While whole-genome sequencing has become cheaper and cheaper, it can still be too expensive to rely on for large studies, leading investigators to combine array-based genotyping with imputation. By comparing sample haplotypes to a reference panel of sequenced haplotypes, they can infer what variants a sample might have, even if they are not included on the genotyping array.

Researchers from the University of Michigan and elsewhere have now examined how well this approach reflects deep whole-genome sequencing. To do so, they compared imputation results with whole-genome sequencing data from four studies representing African American, Hispanic or Latino, and European American ancestry populations in the US and people of Finnish ancestry in Finland. As they reported in the American Journal of Human Genetics on Wednesday, the researchers found that in some situations, array-based genotyping followed by imputation can approximate whole-genome sequencing, but they cautioned the results should not be applied clinically.

"While array genotyping and imputation cannot fully replace deep WGS, we found that it can approximate WGS for variants down to specific [minor allele frequency] thresholds depending on genotype array and reference panel choices as well as sample ancestry," co-senior author Christian Fuchsberger from the Institute for Biomedicine in Italy and colleagues wrote in their paper.

For their analysis, the researchers used whole-genome sequencing data from the BioMe, InPSYght, METSIM, and MLOF cohorts. For each individual, they determined what their genotype would have been if generated by the Illumina Core, OmniExpress, or Omni 2.5M arrays, then carried out genotype imputation using a 1,000 Genomes Project panel, a panel from the Haplotype Reference Consortium, and a modified Trans-Omics for Precision Medicine (TOPMed) panel.

For all ancestries and imputation reference panels, the quality of imputation increased with larger array size, the researchers found. Overall, the densest array, Omni 2.5M, had the highest mean observed imputation, as well as both the highest number and portion of well-imputed variants.

TOPMed-based imputation from the Omni 2.5M array most closely resembled that of whole-genome sequencing for variants of lower minor allele frequencies across all ancestral backgrounds. In particular, the researchers found the approach could approximate sequencing at a population level for variants with minor allele frequencies equal to or greater than 0.14 percent in the African ancestry cohort, 0.11 percent in the Hispanic/Latino ancestry cohort, 0.35 percent in the European ancestry cohort, and 0.84 percent in the Finnish ancestry cohort.

Looking at finer-scale measures of genetic ancestry, the researchers additionally noted that individuals with higher levels of African genetic ancestry tended to have higher genotype concordance rates, possible because there may be more rare variants in non-African populations that have undergone population bottlenecks.

Other factors also influenced imputation accuracy and quality.
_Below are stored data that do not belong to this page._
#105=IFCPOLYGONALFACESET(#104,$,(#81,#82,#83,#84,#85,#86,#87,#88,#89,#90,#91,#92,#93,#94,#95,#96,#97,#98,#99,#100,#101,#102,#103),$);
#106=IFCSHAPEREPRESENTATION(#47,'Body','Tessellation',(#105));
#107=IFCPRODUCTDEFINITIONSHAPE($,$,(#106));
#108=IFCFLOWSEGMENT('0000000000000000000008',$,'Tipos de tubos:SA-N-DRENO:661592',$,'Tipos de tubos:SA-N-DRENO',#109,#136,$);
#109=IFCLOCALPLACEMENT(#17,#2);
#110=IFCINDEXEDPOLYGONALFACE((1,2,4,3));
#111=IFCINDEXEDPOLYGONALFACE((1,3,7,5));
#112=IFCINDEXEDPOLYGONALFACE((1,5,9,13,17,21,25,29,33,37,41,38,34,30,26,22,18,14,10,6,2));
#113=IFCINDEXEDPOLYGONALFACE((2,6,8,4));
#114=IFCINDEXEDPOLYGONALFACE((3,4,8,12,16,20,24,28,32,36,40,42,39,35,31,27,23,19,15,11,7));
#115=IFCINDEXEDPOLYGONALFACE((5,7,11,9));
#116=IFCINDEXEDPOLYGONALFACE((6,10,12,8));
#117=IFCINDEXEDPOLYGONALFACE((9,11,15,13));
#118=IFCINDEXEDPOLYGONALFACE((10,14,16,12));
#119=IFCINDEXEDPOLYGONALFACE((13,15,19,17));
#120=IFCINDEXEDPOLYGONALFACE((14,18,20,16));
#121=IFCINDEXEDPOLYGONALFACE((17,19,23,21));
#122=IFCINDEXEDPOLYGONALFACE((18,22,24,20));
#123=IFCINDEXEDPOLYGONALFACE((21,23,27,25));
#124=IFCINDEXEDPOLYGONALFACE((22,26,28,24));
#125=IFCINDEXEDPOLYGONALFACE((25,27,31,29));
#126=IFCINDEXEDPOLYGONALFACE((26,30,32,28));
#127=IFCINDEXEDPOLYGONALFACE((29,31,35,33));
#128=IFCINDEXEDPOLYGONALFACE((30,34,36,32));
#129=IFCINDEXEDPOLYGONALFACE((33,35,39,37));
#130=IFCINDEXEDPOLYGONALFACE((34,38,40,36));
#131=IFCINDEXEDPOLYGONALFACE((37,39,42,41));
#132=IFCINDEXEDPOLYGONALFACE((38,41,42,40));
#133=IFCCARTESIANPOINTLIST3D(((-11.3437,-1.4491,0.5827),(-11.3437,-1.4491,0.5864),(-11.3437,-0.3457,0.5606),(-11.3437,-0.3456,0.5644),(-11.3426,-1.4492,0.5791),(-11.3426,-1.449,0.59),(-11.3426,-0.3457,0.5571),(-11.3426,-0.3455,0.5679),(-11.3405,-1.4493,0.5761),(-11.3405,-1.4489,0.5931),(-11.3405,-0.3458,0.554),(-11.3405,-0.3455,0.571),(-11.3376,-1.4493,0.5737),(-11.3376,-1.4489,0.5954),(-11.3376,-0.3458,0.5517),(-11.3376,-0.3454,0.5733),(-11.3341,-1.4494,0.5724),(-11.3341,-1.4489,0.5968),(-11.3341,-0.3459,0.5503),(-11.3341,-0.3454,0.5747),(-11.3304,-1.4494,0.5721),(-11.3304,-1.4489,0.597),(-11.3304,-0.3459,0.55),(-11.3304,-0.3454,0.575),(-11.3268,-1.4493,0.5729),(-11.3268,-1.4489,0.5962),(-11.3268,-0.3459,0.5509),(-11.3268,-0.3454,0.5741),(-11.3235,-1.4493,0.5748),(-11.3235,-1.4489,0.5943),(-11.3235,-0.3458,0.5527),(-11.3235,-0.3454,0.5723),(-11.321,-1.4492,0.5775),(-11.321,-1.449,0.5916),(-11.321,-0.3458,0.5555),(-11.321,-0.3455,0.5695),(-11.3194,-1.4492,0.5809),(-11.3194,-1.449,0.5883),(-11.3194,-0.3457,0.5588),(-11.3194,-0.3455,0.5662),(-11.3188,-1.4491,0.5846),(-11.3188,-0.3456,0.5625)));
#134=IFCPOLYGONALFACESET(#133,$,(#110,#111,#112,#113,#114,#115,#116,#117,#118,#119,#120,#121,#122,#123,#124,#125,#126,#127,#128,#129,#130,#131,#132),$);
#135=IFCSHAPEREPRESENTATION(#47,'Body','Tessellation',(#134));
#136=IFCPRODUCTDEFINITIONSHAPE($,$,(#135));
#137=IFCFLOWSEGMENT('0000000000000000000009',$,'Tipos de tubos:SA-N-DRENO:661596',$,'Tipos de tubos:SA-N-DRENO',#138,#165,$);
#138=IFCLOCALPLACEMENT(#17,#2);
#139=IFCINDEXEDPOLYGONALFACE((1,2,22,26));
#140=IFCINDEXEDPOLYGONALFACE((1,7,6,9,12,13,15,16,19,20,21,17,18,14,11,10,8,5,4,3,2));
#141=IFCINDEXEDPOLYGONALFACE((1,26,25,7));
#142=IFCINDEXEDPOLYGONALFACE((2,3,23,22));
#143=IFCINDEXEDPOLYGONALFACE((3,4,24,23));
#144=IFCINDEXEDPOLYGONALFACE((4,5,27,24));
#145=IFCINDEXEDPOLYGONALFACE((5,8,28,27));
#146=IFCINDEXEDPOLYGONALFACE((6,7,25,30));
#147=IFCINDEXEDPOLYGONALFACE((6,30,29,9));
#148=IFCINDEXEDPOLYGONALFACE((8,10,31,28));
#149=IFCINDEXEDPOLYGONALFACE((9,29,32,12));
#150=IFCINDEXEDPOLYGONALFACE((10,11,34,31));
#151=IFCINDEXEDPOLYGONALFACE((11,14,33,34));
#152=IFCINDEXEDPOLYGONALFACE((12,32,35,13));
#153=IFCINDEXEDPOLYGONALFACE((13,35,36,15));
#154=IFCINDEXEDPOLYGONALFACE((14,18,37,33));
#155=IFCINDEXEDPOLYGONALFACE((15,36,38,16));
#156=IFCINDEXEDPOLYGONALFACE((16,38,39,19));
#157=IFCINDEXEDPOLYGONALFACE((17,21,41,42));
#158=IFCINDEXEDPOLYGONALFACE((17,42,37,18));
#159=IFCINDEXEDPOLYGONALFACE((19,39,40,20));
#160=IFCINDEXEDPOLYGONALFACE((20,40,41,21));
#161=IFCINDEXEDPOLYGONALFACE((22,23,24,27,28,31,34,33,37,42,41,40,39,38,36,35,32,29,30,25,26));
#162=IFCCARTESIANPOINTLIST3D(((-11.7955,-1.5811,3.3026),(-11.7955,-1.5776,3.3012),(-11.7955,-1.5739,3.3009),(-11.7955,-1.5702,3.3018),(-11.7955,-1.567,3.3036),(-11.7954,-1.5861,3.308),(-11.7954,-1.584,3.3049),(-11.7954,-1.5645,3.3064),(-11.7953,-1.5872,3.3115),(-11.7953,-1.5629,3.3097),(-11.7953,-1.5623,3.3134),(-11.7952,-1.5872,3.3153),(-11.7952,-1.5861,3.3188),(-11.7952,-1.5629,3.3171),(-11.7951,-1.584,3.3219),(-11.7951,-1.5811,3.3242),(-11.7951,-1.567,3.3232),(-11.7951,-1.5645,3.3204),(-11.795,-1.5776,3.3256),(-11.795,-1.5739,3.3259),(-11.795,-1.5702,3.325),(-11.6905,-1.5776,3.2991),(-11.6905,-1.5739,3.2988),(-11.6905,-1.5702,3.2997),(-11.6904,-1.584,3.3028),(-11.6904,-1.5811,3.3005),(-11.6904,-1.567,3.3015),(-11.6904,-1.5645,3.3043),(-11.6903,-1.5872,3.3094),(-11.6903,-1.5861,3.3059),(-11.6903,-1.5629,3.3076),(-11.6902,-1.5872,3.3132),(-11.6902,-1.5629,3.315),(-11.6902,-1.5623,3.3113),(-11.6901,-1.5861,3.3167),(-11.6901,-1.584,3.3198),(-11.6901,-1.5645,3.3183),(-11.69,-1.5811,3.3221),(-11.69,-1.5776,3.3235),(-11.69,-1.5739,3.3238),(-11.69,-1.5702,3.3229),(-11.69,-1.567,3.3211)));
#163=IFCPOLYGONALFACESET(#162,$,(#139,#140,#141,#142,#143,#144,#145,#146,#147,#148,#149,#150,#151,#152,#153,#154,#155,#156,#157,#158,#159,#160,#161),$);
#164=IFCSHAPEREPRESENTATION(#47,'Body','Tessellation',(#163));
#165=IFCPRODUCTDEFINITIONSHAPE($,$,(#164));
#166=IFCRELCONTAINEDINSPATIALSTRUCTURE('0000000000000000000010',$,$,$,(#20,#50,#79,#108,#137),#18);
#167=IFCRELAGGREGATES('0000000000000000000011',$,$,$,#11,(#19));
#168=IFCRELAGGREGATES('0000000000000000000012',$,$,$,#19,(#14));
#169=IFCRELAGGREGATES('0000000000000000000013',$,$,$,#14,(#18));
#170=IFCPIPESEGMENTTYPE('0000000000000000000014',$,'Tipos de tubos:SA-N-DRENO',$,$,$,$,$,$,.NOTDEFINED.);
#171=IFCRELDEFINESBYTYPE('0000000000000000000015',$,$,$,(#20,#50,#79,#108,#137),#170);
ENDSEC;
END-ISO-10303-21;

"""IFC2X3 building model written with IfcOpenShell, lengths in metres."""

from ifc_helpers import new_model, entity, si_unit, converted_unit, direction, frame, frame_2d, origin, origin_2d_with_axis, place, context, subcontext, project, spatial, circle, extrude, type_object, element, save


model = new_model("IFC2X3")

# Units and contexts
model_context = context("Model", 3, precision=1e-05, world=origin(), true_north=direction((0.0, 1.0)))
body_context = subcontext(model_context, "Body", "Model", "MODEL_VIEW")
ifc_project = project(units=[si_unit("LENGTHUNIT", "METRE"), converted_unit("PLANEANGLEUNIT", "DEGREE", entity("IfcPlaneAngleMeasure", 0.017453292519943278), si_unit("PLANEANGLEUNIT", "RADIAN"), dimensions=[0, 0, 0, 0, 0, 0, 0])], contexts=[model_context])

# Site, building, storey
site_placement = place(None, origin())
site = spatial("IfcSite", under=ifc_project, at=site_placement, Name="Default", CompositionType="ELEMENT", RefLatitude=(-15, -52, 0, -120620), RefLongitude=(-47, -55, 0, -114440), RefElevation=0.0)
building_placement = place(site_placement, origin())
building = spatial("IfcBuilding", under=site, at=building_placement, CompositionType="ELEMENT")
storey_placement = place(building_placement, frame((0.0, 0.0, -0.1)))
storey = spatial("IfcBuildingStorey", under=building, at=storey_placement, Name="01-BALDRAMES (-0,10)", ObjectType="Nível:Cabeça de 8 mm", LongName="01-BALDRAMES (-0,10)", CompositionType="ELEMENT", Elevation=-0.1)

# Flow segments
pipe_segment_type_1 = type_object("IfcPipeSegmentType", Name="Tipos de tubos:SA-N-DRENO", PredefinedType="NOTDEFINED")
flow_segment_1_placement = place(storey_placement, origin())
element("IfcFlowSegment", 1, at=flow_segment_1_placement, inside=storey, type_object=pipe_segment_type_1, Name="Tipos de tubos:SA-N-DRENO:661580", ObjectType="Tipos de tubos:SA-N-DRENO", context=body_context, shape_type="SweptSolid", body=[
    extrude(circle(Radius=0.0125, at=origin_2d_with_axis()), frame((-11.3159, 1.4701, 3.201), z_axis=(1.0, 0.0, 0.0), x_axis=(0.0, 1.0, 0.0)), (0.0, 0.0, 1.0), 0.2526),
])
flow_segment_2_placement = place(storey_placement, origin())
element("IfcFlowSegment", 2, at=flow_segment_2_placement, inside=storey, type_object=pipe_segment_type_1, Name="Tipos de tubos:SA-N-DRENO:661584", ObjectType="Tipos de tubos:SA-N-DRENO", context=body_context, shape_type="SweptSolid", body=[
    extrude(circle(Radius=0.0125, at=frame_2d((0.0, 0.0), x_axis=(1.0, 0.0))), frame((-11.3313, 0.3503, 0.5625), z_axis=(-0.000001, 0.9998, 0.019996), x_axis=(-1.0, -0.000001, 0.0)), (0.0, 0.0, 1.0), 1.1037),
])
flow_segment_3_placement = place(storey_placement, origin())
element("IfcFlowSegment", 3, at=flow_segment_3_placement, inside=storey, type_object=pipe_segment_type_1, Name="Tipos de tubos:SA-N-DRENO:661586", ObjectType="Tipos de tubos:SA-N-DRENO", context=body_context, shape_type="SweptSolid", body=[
For instance, regions with higher recombination rates, low GC content, increased structural variants, and segmental duplications were linked to lower imputation quality.

To account for this, the researchers developed a software tool dubbed RsqBrowser to aid investigators to estimate imputation quality for specific variants or genomic regions by ancestry and to guide their choice of whether to rely on array genotyping followed by imputation or turn to whole-genome sequencing. RsqBrowser is publicly available at the Michigan Imputation Server.

The researchers additionally examined whether protein-coding variants, which are more likely to be of clinical significance, are well imputed. They found that the concordance rates for rare and low-frequency variants differed widely among individuals by ancestry group and that concordance rates were further associated with finer-scale ancestry.

Due to this variability, the researchers concluded that whole-genome sequencing "cannot currently be reliably approximated in clinical settings with array genotyping and imputation with the reference panels studied here."